SEC used to be those really rusty pieces, did a horrible job flattening these in the mill, my setup was all wrong but now I know what not to do next time.
By being lazy, I made it take tons more time than it would've taken to do it "the right way".


Another half-success/half-fail part, this will be the handle/lever at the top in the first pics.
At least the tube came out alright. 
The side-plates had quite oval circles due to the mill having worn screws and the backlash compensation not being able to compensate enough, trying to fix this I managed to mess the part up even more with the boring head ...
Too high feed and a line of code that I missed that made it move sideways, almost needed a change of underwear afterwards...
It will all be welded together so at least I can hide my mistakes but I'll have to do some tricks to get the tube centered in the oversize holes.


----------



## MrCrankyface (Feb 17, 2020)

Managed to cut all the parts out on the CNC, learning tons doing it.
Last 2 pieces I cut, took 25% of the time of the first single one I did... 
I sanded off and plastered in a ton of toolmarks and other uneven surfaces like where I welded the middle pair etc.



I had a major brainmelt here.
The holes in the handle part(smaller part to the left on pic) are too big, were supposed to be 12mm but for some reason I made them closer to 24..
Ended up drilling the holes up to 26mm since they weren't perfectly circular and then making a 2-part bushing thing.



It all goes together like this and the smaller part will get a longer handle attached to it eventually.


I'm hoping this will work ...
The smaller pipe/bushing is a slight press-fit into the lever part, this should hopefully keep the thicker bushing locked into place and make sure stuff doesn't fall apart.
If I can't get a good enough press-fit I will probably end up using some kind of loctite.
Once fully pressed, it will be flush with the surface.


----------



## Lo-Fi (Feb 17, 2020)

Fantastic project!


----------



## Cheeseking (Feb 17, 2020)

Cool. interesting variation on a Hossfeld type bender.


----------



## Ulma Doctor (Feb 17, 2020)

very nice!!! 
i like the heavy duty construction


----------



## MrCrankyface (Feb 18, 2020)

Thanks everyone!

Managed to finish off the lever/"saw" today.
I wanted the handle to be easily removeable so it has a loose slidefit.
Also pressed a collar onto the handle(the part that goes off-screen) to give it a good stop.

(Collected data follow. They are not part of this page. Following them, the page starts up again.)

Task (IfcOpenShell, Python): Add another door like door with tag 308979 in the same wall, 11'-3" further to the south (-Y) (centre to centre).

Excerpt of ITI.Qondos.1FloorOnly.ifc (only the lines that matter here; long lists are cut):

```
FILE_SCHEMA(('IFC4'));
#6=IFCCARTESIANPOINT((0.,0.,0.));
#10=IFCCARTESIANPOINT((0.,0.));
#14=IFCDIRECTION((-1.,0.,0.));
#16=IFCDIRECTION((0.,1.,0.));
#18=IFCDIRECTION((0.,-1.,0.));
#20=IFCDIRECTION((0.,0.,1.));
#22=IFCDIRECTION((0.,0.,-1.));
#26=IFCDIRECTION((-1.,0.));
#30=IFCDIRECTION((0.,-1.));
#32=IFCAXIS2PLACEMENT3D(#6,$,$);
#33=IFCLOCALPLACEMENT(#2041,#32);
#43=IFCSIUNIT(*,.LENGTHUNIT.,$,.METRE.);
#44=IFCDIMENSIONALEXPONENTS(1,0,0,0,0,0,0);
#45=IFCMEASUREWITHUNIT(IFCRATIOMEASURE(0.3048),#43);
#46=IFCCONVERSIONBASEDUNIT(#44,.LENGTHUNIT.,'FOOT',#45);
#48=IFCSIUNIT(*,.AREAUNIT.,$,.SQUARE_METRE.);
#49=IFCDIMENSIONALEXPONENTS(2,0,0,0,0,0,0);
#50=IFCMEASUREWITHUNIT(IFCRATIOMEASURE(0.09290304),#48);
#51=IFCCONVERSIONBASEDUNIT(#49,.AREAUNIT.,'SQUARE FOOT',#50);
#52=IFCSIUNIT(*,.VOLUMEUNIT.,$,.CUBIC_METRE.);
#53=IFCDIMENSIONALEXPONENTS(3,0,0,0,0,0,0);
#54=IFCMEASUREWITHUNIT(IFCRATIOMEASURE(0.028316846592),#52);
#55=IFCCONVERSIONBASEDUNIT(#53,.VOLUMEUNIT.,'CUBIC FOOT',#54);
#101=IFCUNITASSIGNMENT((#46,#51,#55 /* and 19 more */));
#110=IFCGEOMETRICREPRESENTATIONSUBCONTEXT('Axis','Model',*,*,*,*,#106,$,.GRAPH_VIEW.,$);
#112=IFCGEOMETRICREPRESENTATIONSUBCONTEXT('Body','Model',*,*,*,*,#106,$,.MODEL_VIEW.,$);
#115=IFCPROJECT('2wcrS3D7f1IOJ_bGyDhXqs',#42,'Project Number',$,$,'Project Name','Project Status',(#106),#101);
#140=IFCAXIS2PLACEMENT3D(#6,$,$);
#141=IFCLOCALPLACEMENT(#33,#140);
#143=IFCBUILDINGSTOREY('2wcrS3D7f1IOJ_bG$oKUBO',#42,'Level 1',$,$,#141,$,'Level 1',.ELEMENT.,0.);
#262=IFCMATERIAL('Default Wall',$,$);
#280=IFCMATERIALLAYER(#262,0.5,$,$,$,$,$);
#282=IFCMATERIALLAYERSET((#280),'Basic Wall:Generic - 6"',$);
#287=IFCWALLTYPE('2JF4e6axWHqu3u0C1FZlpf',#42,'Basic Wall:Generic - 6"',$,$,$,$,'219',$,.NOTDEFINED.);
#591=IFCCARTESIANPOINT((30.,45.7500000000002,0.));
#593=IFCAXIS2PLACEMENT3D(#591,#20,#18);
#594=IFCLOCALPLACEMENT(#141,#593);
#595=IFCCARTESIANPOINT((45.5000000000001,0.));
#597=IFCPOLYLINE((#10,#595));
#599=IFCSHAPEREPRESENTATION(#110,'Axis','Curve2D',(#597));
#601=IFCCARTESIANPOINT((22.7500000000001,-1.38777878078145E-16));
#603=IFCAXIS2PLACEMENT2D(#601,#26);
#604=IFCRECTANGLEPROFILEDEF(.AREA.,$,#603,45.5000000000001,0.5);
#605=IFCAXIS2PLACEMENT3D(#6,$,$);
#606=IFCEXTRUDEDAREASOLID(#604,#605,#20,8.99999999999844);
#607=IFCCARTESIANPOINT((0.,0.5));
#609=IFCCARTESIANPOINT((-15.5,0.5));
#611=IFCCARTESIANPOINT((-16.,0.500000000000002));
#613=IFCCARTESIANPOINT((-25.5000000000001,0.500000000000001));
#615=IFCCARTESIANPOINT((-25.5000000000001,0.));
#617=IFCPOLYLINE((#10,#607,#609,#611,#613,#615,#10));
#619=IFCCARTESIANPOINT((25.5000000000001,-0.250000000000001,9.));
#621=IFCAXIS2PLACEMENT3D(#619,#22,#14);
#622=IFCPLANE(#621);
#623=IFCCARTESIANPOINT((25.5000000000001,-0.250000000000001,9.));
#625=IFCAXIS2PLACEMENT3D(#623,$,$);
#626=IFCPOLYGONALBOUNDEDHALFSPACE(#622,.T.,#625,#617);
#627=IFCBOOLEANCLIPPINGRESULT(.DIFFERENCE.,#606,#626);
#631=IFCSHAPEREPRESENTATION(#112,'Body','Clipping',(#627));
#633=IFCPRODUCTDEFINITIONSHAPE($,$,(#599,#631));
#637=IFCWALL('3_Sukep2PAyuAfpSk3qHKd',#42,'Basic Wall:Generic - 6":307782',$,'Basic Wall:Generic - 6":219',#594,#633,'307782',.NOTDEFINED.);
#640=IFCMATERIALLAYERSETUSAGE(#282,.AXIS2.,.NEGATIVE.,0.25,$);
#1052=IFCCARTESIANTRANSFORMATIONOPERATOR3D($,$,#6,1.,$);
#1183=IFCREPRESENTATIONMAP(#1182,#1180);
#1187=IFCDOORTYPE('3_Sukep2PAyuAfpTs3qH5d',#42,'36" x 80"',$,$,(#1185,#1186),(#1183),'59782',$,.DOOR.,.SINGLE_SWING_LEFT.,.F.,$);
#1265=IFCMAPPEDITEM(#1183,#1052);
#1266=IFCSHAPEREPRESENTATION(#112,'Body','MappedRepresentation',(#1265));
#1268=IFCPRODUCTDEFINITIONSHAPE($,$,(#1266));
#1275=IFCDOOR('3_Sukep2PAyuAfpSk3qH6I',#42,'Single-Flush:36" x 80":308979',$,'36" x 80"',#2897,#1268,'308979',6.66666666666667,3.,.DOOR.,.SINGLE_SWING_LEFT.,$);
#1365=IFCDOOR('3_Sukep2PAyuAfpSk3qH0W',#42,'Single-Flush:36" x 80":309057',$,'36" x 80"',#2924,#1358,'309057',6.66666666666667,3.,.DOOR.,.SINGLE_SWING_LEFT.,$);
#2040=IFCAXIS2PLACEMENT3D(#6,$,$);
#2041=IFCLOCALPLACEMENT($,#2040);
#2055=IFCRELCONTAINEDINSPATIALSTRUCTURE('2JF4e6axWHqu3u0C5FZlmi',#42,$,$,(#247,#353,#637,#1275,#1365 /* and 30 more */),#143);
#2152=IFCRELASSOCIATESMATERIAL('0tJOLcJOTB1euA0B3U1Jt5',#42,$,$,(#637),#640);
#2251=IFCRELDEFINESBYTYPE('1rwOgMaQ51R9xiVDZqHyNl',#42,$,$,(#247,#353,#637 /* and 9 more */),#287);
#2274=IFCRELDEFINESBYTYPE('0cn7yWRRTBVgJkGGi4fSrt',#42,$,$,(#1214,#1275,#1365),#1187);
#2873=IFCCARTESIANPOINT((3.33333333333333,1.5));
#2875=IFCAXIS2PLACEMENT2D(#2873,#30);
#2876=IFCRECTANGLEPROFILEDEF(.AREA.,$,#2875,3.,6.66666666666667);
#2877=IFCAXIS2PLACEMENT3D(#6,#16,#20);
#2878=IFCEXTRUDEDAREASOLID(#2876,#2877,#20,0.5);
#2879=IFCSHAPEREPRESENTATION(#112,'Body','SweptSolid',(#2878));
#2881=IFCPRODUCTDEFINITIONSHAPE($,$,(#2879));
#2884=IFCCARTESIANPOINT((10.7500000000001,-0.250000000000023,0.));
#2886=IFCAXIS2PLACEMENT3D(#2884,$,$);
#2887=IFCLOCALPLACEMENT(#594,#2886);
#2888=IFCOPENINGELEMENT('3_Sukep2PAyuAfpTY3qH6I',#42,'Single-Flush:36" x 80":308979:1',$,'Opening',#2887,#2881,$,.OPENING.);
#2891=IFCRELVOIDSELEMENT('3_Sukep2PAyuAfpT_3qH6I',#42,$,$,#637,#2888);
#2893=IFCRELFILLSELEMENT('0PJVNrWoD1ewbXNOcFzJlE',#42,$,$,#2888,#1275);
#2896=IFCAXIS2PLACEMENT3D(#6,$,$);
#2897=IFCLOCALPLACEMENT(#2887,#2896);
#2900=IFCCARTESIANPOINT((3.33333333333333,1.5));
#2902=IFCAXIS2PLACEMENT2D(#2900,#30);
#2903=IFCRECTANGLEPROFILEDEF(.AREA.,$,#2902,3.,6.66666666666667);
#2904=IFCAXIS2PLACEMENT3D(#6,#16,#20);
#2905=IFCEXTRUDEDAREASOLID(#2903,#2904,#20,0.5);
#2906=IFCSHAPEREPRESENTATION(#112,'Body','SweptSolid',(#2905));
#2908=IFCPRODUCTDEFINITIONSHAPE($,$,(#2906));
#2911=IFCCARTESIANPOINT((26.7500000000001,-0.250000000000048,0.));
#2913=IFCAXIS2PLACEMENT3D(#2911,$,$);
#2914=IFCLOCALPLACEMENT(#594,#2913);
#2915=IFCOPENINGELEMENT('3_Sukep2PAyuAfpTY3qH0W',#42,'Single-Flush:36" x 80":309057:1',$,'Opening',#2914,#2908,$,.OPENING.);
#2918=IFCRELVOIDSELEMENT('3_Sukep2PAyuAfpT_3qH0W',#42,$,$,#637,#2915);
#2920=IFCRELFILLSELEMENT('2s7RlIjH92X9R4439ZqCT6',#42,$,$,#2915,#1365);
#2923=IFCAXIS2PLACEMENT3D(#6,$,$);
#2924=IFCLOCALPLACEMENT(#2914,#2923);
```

```python
import ifcopenshell
import ifcopenshell.api.feature
import ifcopenshell.api.geometry
import ifcopenshell.api.root
import ifcopenshell.geom
import ifcopenshell.util.element
import ifcopenshell.util.placement
import ifcopenshell.util.shape
import ifcopenshell.util.unit

model = ifcopenshell.open("ITI.Qondos.1FloorOnly.ifc")
unit_scale = ifcopenshell.util.unit.calculate_unit_scale(model)
settings = ifcopenshell.geom.settings()


def volume(element):
    """Net volume in cubic metres, openings subtracted."""
    shape = ifcopenshell.geom.create_shape(settings, element)
    return ifcopenshell.util.shape.get_volume(shape.geometry)


def reuse_history(source, copy):
    """copy_class also copies each property set's owner history, people and application; keep the originals."""
    for rel in copy.IsDefinedBy:
        if rel.is_a("IfcRelDefinesByProperties") and (history := rel.RelatingPropertyDefinition.OwnerHistory):
            rel.RelatingPropertyDefinition.OwnerHistory = source.OwnerHistory
            ifcopenshell.util.element.remove_deep2(model, history)


door = model.by_id(1275)
opening = door.FillsVoids[0].RelatingOpeningElement
wall = opening.VoidsElements[0].RelatingBuildingElement
before = volume(wall)
shift = ifcopenshell.util.placement.get_local_placement(wall.ObjectPlacement)[:3, 0] * 135 * 0.0254 / unit_scale

# copy_class copies the void relationship, type, container and properties, but no geometry.
new_opening = ifcopenshell.api.root.copy_class(model, product=opening)
new_opening.Representation = ifcopenshell.util.element.copy_deep(
    model, opening.Representation, exclude=["IfcGeometricRepresentationContext", "IfcRepresentationMap"]
)
new_opening.Name = 'Single-Flush:36" x 80"'
new_door = ifcopenshell.api.root.copy_class(model, product=door)
new_door.Representation = ifcopenshell.util.element.copy_deep(
    model, door.Representation, exclude=["IfcGeometricRepresentationContext", "IfcRepresentationMap"]
)
new_door.Name = 'Single-Flush:36" x 80"'
new_door.Tag = None
reuse_history(door, new_door)
ifcopenshell.api.feature.add_filling(model, opening=new_opening, element=new_door)

for old, new in ((opening, new_opening), (door, new_door)):
    matrix = ifcopenshell.util.placement.get_local_placement(old.ObjectPlacement)
    matrix[:3, 3] += shift
    ifcopenshell.api.geometry.edit_object_placement(model, product=new, matrix=matrix, is_si=False)

after = volume(wall)

print(f"wall volume {before:.3f} -> {after:.3f} m3")

model.write("ITI.Qondos.1FloorOnly_rev.ifc")
```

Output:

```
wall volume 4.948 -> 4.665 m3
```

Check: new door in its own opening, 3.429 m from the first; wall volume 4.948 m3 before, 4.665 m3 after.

I wanted to try something so I cut the tube up and hammered it into oblivion to make the end close up.(the one that had a blue strip in previous pic).



Finally managed to get a good-ish weld on this thick stuff, probably my best weld so far!
You can also clearly see how I missed my tolerances when lathing that smaller piece.  

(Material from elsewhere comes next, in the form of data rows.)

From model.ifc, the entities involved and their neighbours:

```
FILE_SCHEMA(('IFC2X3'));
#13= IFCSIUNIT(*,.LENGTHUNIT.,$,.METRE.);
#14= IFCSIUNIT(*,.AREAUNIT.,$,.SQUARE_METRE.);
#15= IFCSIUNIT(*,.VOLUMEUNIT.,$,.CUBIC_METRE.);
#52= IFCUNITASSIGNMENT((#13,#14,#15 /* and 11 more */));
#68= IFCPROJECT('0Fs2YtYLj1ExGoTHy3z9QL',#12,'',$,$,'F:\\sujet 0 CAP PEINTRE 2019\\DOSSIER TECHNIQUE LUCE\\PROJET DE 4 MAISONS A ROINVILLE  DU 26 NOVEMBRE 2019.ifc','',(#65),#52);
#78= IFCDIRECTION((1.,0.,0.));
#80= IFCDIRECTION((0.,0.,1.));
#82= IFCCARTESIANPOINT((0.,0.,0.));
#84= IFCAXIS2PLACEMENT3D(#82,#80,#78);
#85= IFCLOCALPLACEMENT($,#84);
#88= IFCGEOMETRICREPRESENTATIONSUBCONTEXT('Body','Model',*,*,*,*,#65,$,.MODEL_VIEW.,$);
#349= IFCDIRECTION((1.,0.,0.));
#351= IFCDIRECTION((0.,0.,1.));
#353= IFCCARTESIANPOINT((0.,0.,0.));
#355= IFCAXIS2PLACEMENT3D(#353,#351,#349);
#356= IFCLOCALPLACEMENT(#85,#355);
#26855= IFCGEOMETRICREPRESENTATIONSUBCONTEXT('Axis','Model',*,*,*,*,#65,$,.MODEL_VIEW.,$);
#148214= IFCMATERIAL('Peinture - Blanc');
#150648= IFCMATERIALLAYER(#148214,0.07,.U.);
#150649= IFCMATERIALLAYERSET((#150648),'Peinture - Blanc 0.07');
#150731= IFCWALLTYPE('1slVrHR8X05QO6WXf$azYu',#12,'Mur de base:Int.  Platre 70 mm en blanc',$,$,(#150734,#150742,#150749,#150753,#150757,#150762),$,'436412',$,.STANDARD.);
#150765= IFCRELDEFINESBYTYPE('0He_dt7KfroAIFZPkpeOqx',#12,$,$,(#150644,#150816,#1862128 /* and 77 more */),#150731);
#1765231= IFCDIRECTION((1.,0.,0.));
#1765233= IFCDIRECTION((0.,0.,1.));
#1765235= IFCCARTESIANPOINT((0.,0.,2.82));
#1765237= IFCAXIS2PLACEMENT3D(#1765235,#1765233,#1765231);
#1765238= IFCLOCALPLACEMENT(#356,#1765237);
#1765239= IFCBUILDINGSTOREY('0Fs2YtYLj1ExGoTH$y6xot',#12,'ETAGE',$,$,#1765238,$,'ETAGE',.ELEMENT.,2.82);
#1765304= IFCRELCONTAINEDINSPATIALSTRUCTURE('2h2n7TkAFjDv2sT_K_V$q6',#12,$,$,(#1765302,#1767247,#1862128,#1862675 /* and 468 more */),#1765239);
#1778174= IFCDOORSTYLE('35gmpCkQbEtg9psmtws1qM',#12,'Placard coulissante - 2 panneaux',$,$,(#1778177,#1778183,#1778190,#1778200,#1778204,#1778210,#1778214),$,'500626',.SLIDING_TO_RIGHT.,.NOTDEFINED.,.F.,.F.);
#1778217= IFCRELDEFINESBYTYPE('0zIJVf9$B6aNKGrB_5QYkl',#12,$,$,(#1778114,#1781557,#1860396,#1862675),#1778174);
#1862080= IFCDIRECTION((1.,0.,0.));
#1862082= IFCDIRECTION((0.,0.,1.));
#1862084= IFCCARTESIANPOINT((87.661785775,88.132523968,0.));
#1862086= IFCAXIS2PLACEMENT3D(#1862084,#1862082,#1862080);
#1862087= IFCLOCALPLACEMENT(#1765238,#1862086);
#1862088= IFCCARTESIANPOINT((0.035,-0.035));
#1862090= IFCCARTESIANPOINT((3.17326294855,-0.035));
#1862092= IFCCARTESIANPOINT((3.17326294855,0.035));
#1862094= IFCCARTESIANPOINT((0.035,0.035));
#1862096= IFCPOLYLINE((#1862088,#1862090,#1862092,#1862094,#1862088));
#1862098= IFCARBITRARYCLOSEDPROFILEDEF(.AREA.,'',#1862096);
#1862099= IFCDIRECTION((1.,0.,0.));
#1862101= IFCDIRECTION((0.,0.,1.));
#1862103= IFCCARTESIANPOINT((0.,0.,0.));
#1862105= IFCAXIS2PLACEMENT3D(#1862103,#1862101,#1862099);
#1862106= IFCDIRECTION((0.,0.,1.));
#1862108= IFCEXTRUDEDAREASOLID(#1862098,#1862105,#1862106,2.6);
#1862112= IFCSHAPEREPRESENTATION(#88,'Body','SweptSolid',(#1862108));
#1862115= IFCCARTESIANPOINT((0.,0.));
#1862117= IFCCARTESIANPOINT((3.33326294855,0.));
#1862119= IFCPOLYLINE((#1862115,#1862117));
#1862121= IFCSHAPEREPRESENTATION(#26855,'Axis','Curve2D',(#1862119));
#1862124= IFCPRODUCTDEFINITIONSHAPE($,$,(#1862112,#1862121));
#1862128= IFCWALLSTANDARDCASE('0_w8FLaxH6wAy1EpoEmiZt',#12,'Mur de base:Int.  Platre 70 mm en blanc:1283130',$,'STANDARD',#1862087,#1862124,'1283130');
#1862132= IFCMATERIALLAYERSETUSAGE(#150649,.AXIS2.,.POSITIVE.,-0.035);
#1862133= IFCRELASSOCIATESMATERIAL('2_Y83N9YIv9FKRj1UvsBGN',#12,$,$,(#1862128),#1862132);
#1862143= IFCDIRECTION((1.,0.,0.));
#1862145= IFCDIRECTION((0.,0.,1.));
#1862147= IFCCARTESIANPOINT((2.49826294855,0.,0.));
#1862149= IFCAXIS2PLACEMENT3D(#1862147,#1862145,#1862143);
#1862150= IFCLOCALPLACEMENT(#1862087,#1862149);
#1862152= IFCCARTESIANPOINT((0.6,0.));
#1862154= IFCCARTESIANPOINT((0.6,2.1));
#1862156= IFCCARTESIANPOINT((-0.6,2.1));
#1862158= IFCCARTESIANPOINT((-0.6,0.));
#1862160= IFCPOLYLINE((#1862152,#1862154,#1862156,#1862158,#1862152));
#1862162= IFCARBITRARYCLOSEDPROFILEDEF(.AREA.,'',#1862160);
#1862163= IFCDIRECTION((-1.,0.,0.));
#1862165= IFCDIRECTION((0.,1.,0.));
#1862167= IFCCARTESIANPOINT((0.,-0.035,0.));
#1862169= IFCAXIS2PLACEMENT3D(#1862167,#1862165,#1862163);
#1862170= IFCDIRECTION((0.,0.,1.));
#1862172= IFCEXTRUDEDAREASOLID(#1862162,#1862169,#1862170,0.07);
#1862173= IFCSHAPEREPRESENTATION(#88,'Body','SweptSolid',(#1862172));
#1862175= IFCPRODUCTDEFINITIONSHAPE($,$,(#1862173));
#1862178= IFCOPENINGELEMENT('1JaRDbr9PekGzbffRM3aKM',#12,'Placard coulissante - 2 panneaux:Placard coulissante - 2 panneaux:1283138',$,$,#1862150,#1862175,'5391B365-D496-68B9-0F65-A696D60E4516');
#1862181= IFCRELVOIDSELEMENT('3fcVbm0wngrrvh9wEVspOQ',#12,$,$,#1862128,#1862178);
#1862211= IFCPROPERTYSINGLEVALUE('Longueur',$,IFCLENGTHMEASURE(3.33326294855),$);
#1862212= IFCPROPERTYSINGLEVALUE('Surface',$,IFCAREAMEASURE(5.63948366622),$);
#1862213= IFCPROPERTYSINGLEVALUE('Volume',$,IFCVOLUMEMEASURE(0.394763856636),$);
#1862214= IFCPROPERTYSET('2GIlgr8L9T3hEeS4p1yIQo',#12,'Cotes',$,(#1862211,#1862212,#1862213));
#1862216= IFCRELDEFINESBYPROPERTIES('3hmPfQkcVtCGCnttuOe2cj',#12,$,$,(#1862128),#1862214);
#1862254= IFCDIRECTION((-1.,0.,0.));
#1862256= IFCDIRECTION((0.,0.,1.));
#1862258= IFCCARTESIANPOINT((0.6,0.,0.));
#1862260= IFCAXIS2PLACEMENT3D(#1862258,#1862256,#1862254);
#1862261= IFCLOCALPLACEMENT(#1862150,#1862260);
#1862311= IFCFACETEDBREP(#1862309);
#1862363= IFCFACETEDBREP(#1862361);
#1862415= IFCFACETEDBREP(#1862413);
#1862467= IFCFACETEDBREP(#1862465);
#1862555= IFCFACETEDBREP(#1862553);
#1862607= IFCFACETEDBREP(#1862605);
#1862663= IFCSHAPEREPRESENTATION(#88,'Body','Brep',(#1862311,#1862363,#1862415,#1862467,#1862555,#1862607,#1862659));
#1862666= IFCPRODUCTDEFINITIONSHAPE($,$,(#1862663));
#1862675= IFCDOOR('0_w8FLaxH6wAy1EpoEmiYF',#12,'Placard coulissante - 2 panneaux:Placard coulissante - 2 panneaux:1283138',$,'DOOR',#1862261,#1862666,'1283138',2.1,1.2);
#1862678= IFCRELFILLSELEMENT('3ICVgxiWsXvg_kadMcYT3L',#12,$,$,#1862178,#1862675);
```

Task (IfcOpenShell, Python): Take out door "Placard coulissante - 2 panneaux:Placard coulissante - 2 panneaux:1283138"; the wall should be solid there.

```python
import ifcopenshell
import ifcopenshell.api.feature
import ifcopenshell.api.pset
import ifcopenshell.api.root
import ifcopenshell.geom
import ifcopenshell.util.element
import ifcopenshell.util.shape
import ifcopenshell.util.unit

model = ifcopenshell.open("model.ifc")
area_scale = ifcopenshell.util.unit.calculate_unit_scale(model, "AREAUNIT")
volume_scale = ifcopenshell.util.unit.calculate_unit_scale(model, "VOLUMEUNIT")
settings = ifcopenshell.geom.settings()


def volume(element):
    """Net volume in cubic metres, openings subtracted."""
    shape = ifcopenshell.geom.create_shape(settings, element)
    return ifcopenshell.util.shape.get_volume(shape.geometry)


door = model.by_guid("0_w8FLaxH6wAy1EpoEmiYF")
opening = door.FillsVoids[0].RelatingOpeningElement
wall = opening.VoidsElements[0].RelatingBuildingElement
before = volume(wall)

ifcopenshell.api.root.remove_product(model, product=door)
ifcopenshell.api.feature.remove_feature(model, feature=opening)

after = volume(wall)
thickness = 0.07  # wall thickness in metres

# Update the wall's stored quantities.
pset = model.by_id(ifcopenshell.util.element.get_pset(wall, "Cotes", should_inherit=False)["id"])
ifcopenshell.api.pset.edit_pset(model, pset=pset, properties={
    "Surface": model.create_entity("IfcAreaMeasure", after / thickness / area_scale),
    "Volume": model.create_entity("IfcVolumeMeasure", after / volume_scale),
})

print(f"wall volume {before:.3f} -> {after:.3f} m3")

model.write("model_v2.ifc")
```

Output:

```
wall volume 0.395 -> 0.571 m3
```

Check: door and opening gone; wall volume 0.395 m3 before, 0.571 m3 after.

Finished handle/lever/rack assembly!
I've hung it up for paint now and applying some zinc before painting them.


----------



## MrCrankyface (Feb 22, 2020)

I think I have all the parts now. The two frames are assembled and the rack/handle is disassembled for paint.
Needless to say, I had a few cans of red over from a previous project ... 

Just need to wait for the paint to dry completely then I should be ready for final assembly and to give it a try!


----------



## MrCrankyface (Feb 24, 2020)

I gave it a first test-run during the weekend and at the same time realized I forgot to include any way to mount the thing ... 
	

	
	
		
		

		
			




Had to clamp it across two bolt heads since I didn't want to mess up the paint the first I did.
First tests resulted in quite deformed pipes.

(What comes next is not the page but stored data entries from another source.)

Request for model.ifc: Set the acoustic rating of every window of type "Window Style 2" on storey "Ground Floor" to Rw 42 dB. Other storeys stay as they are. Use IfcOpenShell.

First a look at what the model holds.

```python
import ifcopenshell
import ifcopenshell.util.element

model = ifcopenshell.open("model.ifc")
print(model.schema)
storey = next(s for s in model.by_type("IfcBuildingStorey") if s.Name == "Ground Floor")
windows = [e for e in ifcopenshell.util.element.get_decomposition(storey) if e.is_a("IfcWindow")]
seen = {}
for e in windows:
    element_type = ifcopenshell.util.element.get_type(e)
    key = (element_type.Name if element_type != e and element_type else None, ifcopenshell.util.element.get_pset(e, "Pset_WindowCommon", "AcousticRating"))
    seen[key] = seen.get(key, 0) + 1
for (name, value), count in sorted(seen.items(), key=str):
    print(count, "x", name, "|", value)
```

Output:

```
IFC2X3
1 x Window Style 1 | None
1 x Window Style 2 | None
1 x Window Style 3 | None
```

```python
import ifcopenshell
import ifcopenshell.api.pset
import ifcopenshell.util.element

model = ifcopenshell.open("model.ifc")

storey = next(s for s in model.by_type("IfcBuildingStorey") if s.Name == "Ground Floor")
windows = [e for e in ifcopenshell.util.element.get_decomposition(storey) if e.is_a("IfcWindow")]

count = 0
for e in windows:
    element_type = ifcopenshell.util.element.get_type(e)
    if element_type in (None, e) or element_type.Name != "Window Style 2":
        continue
    # add_pset returns the element's existing set when there is one.
    pset = ifcopenshell.api.pset.add_pset(model, product=e, name="Pset_WindowCommon")
    ifcopenshell.api.pset.edit_pset(model, pset=pset, properties={"AcousticRating": "Rw 42 dB"})
    count += 1

print(count, "windows updated")

model.write("model-out.ifc")
```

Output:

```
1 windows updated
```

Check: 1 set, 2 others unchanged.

Tracked down the culprit to the mandrel, the sideways bent outwards under the force of the pipe, allowing it to widen and flatten.
Reprinted a much wider one which also extends out forward more for easier locking down of whatever you're bending.



Also added this mount so I can hold it in the vice, I could replace this with something that lets me bolt it to the worktable as well for bending thicker pieces.



Here you can see the lock tab and new hinge pivot pin.
I suspect the lock tab is another possibly issue, sometimes you can see the pipe slipping and it's usually at that point it flattens the bend.
I have another design ready but haven't had time to make it.
Being a bit careful and not bending above 70* gives you pretty good bends!


For pipes these smalls you can almost bend it with 1 hand on the arm itself. Using the handle and extension, one finger is enough.


----------



## Dhal22 (Feb 24, 2020)

Nice work!


----------



## MrCrankyface (Feb 27, 2020)

Thanks!

Work continues on trying to improve the bend result..
This is how the pipe gets held when bending.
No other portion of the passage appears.